Python crawler simulator login with verification code website

Source: Internet
Author: User
Crawling a Web site often involves the need to sign in, which is how you need to use a simulated login. Python provides a powerful URL library, and it's not hard to do that. Here is a simple example of logging in to the school administration system.

The first thing to understand is the role of cookies, which are data that some websites store on the user's local terminal in order to identify the user and track the session. So we need to use the Cookielib module to keep cookies on our website.

This is the address to be logged in http://202.115.80.153/and verify code address http://202.115.80.153/CheckCode.aspx

It can be found that this verification code is dynamic update every time the opening is different, generally this code and cookies are synchronized. Secondly want to identify the verification code is definitely a thankless thing, so our idea is to first access the verification code page, save the verification code, get a cookie to log in, and then directly to the login address post data.

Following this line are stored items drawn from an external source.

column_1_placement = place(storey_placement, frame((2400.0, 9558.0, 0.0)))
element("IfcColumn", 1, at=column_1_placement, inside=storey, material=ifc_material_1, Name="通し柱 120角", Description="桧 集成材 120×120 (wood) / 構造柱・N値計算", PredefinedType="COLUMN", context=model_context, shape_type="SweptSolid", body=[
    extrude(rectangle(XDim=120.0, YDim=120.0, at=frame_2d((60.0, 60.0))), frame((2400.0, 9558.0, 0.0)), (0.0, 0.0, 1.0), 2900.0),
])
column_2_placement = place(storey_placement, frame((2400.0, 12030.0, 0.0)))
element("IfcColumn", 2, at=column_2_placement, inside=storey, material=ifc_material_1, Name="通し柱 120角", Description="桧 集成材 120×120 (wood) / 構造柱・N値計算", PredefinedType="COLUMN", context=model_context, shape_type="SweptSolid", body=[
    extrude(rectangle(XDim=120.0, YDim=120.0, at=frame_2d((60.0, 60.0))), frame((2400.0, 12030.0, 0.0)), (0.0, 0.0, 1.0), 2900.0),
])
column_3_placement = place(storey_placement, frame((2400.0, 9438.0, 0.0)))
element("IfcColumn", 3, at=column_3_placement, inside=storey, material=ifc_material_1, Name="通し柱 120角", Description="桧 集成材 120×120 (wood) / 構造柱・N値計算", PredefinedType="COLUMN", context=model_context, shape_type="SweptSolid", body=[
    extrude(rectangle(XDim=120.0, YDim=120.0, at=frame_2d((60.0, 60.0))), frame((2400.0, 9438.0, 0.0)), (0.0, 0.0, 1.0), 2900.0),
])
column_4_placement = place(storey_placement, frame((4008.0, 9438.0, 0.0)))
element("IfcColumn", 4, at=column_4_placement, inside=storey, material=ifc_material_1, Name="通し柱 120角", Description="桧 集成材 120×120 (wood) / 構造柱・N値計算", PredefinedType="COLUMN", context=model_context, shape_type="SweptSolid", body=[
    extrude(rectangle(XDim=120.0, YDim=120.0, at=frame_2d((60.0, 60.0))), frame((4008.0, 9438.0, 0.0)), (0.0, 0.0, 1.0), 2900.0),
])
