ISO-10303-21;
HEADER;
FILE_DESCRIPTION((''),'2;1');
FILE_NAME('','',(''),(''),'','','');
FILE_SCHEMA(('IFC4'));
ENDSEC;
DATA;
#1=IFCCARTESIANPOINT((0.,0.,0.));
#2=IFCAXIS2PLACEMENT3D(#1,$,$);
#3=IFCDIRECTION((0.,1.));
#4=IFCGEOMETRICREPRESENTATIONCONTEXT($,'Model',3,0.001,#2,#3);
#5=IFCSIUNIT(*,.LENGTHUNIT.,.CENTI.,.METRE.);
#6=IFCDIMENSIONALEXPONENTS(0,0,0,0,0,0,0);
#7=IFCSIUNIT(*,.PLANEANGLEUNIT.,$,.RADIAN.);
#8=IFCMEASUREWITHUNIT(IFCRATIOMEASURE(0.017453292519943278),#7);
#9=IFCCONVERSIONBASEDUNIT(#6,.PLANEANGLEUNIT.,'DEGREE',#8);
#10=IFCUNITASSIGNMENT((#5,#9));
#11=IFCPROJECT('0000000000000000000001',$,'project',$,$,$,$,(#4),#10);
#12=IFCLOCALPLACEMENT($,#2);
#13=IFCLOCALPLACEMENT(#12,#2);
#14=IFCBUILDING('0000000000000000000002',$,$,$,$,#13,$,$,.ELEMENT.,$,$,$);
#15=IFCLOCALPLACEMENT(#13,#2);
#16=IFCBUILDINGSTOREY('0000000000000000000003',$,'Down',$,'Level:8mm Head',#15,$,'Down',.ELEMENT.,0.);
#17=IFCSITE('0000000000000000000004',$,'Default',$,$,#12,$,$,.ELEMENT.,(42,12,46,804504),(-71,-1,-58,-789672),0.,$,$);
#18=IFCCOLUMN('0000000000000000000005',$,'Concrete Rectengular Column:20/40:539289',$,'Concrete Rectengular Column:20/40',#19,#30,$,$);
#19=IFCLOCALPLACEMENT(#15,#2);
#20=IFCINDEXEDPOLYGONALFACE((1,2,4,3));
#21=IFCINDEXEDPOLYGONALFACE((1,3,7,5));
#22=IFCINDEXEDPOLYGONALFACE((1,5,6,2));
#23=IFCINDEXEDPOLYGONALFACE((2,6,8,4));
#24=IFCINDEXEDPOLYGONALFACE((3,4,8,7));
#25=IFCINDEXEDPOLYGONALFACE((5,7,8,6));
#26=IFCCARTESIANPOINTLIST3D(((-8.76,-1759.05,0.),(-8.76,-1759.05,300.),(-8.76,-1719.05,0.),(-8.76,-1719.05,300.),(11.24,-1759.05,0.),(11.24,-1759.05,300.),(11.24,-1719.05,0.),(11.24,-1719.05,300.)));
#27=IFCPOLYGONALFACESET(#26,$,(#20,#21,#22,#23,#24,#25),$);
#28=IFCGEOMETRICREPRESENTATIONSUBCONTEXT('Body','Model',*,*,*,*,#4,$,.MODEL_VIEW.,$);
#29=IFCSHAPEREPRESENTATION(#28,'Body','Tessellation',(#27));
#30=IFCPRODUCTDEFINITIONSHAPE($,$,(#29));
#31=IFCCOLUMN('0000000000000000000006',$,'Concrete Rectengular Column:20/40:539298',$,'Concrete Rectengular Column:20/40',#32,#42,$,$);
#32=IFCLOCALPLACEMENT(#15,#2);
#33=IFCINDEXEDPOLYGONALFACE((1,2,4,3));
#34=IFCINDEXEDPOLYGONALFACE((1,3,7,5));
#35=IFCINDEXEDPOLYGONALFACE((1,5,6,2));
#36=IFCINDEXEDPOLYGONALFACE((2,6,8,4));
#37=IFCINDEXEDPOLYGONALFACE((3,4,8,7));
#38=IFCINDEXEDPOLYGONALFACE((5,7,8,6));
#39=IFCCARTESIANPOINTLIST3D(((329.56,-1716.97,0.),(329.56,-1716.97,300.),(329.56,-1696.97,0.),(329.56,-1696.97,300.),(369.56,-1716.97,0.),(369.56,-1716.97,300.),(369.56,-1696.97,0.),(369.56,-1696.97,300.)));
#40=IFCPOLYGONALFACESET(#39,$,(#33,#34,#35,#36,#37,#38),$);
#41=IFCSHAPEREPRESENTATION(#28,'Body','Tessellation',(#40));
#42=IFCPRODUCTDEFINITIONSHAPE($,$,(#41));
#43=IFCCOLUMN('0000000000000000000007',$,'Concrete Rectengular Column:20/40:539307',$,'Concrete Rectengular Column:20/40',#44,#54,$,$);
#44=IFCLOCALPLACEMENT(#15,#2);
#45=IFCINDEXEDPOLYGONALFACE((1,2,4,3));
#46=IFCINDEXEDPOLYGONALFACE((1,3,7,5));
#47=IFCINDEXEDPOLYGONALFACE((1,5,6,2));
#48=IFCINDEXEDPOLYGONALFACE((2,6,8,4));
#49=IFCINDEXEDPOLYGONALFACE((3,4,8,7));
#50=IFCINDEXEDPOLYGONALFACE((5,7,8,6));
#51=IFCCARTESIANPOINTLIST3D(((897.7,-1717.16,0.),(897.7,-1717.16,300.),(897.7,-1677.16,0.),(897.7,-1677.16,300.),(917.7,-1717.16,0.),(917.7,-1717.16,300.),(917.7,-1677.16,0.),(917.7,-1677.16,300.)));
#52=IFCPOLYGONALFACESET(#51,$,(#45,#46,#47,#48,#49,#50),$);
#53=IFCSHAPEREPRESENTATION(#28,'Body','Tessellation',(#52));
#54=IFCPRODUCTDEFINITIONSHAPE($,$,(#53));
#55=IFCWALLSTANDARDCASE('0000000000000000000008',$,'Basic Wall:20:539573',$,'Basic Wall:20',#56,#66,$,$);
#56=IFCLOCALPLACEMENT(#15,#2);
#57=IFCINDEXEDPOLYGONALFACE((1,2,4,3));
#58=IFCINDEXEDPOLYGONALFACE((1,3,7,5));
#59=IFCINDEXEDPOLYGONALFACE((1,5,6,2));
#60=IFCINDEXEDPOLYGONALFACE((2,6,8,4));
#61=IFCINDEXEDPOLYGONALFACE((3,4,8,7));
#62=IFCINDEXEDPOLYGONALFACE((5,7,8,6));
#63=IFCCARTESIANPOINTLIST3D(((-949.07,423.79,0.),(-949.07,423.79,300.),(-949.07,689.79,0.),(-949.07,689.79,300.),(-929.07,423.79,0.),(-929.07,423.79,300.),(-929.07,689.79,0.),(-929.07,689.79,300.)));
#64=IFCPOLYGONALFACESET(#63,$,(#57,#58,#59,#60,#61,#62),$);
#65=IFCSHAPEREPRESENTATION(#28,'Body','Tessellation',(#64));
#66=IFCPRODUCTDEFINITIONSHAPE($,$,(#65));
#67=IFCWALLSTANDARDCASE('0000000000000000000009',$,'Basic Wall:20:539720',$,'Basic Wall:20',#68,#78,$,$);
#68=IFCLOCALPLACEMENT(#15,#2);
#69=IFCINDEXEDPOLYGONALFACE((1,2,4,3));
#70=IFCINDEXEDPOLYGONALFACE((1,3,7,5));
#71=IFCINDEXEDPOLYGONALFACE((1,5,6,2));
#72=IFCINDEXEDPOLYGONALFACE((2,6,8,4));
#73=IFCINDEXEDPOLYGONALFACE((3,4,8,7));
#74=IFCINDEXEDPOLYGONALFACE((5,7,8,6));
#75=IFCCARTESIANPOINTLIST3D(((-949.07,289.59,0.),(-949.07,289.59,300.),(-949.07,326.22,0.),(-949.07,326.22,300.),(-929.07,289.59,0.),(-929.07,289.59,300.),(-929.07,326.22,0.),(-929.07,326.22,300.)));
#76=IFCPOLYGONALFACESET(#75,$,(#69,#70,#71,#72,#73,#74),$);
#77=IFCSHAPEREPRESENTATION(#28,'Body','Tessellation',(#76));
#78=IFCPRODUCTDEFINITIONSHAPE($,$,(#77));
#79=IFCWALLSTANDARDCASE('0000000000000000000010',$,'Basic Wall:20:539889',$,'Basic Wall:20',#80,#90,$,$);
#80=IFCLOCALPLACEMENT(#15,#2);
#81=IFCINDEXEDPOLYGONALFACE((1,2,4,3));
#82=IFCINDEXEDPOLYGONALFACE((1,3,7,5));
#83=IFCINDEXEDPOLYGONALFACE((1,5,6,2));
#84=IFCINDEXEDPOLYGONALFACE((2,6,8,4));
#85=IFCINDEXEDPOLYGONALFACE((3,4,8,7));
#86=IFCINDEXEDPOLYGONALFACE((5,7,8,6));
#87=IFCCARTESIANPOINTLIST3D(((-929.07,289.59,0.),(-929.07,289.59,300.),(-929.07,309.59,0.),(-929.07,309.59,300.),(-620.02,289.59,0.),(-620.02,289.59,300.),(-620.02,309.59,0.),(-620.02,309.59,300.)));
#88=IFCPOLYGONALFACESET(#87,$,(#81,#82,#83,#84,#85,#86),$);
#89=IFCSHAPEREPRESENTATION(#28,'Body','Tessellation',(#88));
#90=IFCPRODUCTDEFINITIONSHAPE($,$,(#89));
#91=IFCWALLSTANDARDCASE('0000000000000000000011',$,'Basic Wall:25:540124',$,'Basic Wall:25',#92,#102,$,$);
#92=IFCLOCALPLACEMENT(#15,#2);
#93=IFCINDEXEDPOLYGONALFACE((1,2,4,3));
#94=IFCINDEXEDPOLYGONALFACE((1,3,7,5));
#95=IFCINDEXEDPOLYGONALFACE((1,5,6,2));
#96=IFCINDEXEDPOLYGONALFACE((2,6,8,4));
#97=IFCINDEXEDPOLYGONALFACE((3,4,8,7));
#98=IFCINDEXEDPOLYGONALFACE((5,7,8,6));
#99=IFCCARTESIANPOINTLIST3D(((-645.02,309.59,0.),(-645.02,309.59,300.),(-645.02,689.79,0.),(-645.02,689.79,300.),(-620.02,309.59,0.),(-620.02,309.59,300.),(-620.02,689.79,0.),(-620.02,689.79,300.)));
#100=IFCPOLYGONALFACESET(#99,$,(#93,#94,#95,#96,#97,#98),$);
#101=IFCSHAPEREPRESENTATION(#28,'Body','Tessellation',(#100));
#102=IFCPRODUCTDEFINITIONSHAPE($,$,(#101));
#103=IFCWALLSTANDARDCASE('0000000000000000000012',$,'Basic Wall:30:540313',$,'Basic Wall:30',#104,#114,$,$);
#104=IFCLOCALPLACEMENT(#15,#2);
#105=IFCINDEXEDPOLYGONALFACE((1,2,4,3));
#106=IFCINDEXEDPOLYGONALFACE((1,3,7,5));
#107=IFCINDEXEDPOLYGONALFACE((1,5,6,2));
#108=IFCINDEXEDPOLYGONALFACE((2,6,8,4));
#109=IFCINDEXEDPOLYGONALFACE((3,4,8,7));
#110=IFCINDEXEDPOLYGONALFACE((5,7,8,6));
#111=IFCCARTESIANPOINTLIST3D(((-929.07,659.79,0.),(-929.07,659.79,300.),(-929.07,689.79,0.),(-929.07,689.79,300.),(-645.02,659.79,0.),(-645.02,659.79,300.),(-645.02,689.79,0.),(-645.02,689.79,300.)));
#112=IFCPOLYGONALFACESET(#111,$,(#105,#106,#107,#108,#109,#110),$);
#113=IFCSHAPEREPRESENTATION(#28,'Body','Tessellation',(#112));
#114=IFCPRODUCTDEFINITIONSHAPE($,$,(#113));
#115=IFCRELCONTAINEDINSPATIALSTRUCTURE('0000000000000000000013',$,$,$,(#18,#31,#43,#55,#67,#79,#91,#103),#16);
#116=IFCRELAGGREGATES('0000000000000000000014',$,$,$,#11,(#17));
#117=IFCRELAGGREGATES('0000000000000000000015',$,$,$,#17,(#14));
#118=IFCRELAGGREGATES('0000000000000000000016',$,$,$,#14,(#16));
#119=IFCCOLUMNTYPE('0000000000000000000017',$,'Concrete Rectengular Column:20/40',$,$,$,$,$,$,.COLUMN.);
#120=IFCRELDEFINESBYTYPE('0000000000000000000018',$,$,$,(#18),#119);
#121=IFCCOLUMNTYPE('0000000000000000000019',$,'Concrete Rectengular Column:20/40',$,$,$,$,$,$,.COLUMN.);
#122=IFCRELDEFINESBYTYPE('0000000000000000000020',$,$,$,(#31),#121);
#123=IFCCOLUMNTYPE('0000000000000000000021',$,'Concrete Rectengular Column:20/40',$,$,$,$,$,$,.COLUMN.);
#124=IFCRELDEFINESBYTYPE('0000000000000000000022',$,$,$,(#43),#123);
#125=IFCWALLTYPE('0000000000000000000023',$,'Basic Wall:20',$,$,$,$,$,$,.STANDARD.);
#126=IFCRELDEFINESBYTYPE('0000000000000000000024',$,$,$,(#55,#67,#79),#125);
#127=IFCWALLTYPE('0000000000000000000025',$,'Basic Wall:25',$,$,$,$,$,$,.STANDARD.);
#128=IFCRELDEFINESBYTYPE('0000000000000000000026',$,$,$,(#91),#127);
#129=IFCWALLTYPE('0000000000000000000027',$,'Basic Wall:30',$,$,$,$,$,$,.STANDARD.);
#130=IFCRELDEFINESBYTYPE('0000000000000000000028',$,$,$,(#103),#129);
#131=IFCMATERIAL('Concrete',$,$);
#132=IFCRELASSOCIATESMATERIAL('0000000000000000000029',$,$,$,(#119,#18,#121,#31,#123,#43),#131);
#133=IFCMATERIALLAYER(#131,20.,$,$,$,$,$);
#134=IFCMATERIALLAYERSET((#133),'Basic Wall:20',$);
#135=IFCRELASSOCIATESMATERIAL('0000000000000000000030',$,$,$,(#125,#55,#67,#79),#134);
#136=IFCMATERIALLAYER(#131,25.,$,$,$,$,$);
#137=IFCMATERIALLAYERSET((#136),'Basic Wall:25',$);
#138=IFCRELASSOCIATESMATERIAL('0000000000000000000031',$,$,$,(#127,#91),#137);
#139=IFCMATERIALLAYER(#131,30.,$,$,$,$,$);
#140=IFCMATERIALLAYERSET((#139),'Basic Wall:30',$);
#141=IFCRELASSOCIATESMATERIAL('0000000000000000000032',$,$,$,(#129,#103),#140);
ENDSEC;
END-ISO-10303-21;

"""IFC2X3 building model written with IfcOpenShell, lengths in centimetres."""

from ifc_helpers import new_model, entity, si_unit, converted_unit, direction, frame, frame_2d, origin, origin_2d_with_axis, place, context, subcontext, project, spatial, rectangle, extrude, source, transform, mapped, material, layer, layer_set, layer_usage, type_object, type_shapes, element, save


model = new_model("IFC2X3")

# Units and contexts
model_context = context("Model", 3, precision=0.001, world=origin(), true_north=direction((0.0, 1.0)))
body_context = subcontext(model_context, "Body", "Model", "MODEL_VIEW")
ifc_project = project(units=[si_unit("LENGTHUNIT", "METRE", prefix="CENTI"), converted_unit("PLANEANGLEUNIT", "DEGREE", entity("IfcRatioMeasure", 0.017453292519943278), si_unit("PLANEANGLEUNIT", "RADIAN"), dimensions=[0, 0, 0, 0, 0, 0, 0])], contexts=[model_context])

# Site, building, storey
site_placement = place(None, origin())
site = spatial("IfcSite", under=ifc_project, at=site_placement, Name="Default", CompositionType="ELEMENT", RefLatitude=(42, 12, 46, 804504), RefLongitude=(-71, -1, -58, -789672), RefElevation=0.0)
building_placement = place(site_placement, origin())
building = spatial("IfcBuilding", under=site, at=building_placement, CompositionType="ELEMENT")
storey_placement = place(building_placement, origin())
storey = spatial("IfcBuildingStorey", under=building, at=storey_placement, Name="Down", ObjectType="Level:8mm Head", LongName="Down", CompositionType="ELEMENT", Elevation=0.0)

# Columns
ifc_material = material(Name="Concrete")
column_type_1 = type_object("IfcColumnType", Name="Concrete Rectengular Column:20/40", PredefinedType="COLUMN", material=ifc_material)
shared_shape_1 = source(origin(), body_context, "Body", "SweptSolid", [
    extrude(rectangle(XDim=40.0, YDim=20.0, at=origin_2d_with_axis()), frame((1.24, -1739.05, 0.0), z_axis=(0.0, 0.0, 1.0), x_axis=(0.0, -1.0, 0.0)), (0.0, 0.0, 1.0), 300.0),
])
type_shapes(column_type_1, [shared_shape_1])
column_1_placement = place(storey_placement, origin())
element("IfcColumn", 1, at=column_1_placement, inside=storey, type_object=column_type_1, material=ifc_material, Name="Concrete Rectengular Column:20/40:539289", ObjectType="Concrete Rectengular Column:20/40", context=body_context, shape_type="MappedRepresentation", body=[
    mapped(shared_shape_1, transform((0.0, 0.0, 0.0), scale=1.0)),
])
column_type_2 = type_object("IfcColumnType", Name="Concrete Rectengular Column:20/40", PredefinedType="COLUMN", material=ifc_material)
shared_shape_2 = source(origin(), body_context, "Body", "SweptSolid", [
    extrude(rectangle(XDim=20.0, YDim=40.0, at=frame_2d((0.0, 0.0), x_axis=(1.0, 0.0))), frame((349.56, -1706.97, 0.0), z_axis=(0.0, 0.0, 1.0), x_axis=(0.0, -1.0, 0.0)), (0.0, 0.0, 1.0), 300.0),
])
type_shapes(column_type_2, [shared_shape_2])
column_2_placement = place(storey_placement, origin())
element("IfcColumn", 2, at=column_2_placement, inside=storey, type_object=column_type_2, material=ifc_material, Name="Concrete Rectengular Column:20/40:539298", ObjectType="Concrete Rectengular Column:20/40", context=body_context, shape_type="MappedRepresentation", body=[
    mapped(shared_shape_2, transform((0.0, 0.0, 0.0), scale=1.0)),
])
column_type_3 = type_object("IfcColumnType", Name="Concrete Rectengular Column:20/40", PredefinedType="COLUMN", material=ifc_material)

First, the request and header information for the post is analyzed via the grab kit or Firefox or Google browser. Take Google Chrome as an example.

It can be seen that the URL to post is not a page to visit, but a http://202.115.80.153/default2.aspx,

Where you need to submit the form data in txtUserName and TextBox2 separate user names and passwords.

Now go directly to the key section on the code!!

Import urllib2import cookielibimport urllibimport reimport sys "Analog login" "Reload (SYS) sys.setdefaultencoding (" Utf-8 ") # Prevent Chinese error Captchaurl = "http://202.115.80.153/CheckCode.aspx" PostURL = "http://202.115.80.153/default2.aspx" # Verification code address and post Address cookie = Cookielib. Cookiejar () handler = Urllib2. Httpcookieprocessor (cookie) opener = Urllib2.build_opener (handler) # binds cookies to a opener Cookies are automatically managed by cookielib username = ' username ' password = ' password123 ' # User name and password picture = Opener.open (Captchaurl). Read () # Access the CAPTCHA address with openr, get cookielocal = open (' e:/image.jpg ', ' WB ') local.write (picture) Local.close () # Save Captcha to local Secretcode = Raw_ Input (' Enter Verification Code: ') # Open the saved captcha picture input postdata = {' __viewstate ': ' ddwyode2ntm0otg7oz6ph0twzk5t0lupp/tla1l+rml83g== ', ' txtUserName ': username, ' TextBox2 ': password, ' txtsecretcode ': Secretcode, ' RadioButtonList1 ': ' Student ', ' Button1 ': ', ' Lblanguage ': ', ' Hidpdrs ': ', ' HIDSC ': ',}# constructs the form according to the packet capture information headers = {' Accept ': ' Text/html,application/xhtml+xml, application/xml;q=0.9,image/webp,*/*;q=0.8 ', ' accept-language ': ' Zh-cn,zh;q=0.8 ', ' Connection ': ' keep-alive ', ' content-type ': ' application/x-www-form-urlencoded ', ' user-agent ': ' Mozilla /5.0 (Windows NT 6.1) applewebkit/537.36 (khtml, like Gecko) chrome/46.0.2490.86 safari/537.36 ',}# constructs headersdata based on packet capture information = Urllib.urlencode (postdata) # Generate post data? key1=value1&key2=value2 form request = Urllib2. Request (PostURL, data, headers) # constructs request requests Try:response = Opener.open (Request) result = Response.read (). Decode (' gb2312 ') # because the page is gb2312 encoded, you need to decode print result# after printing the login page except Urllib2. Httperror, E:print e.code# Use the opener login page where the cookie was previously stored

After successful login, you can use the Openr to access other pages that need to be logged in to access.

  • Contact Us

    The content source of this page is from Internet, which doesn't represent Alibaba Cloud's opinion; products and services mentioned on that page don't have any relationship with Alibaba Cloud. If the content of the page makes you feel confusing, please write us an email, we will handle the problem within 5 days after receiving your email.

    If you find any instances of plagiarism from the community, please send an email to: info-contact@alibabacloud.com and provide relevant evidence. A staff member will contact you within 5 working days.

    A Free Trial That Lets You Build Big!

    Start building with 50+ products and up to 12 months usage for Elastic Compute Service

    • Sales Support

      1 on 1 presale consultation

    • After-Sales Support

      24/7 Technical Support 6 Free Tickets per Quarter Faster Response

    • Alibaba Cloud offers highly flexible support services tailored to meet your exact needs.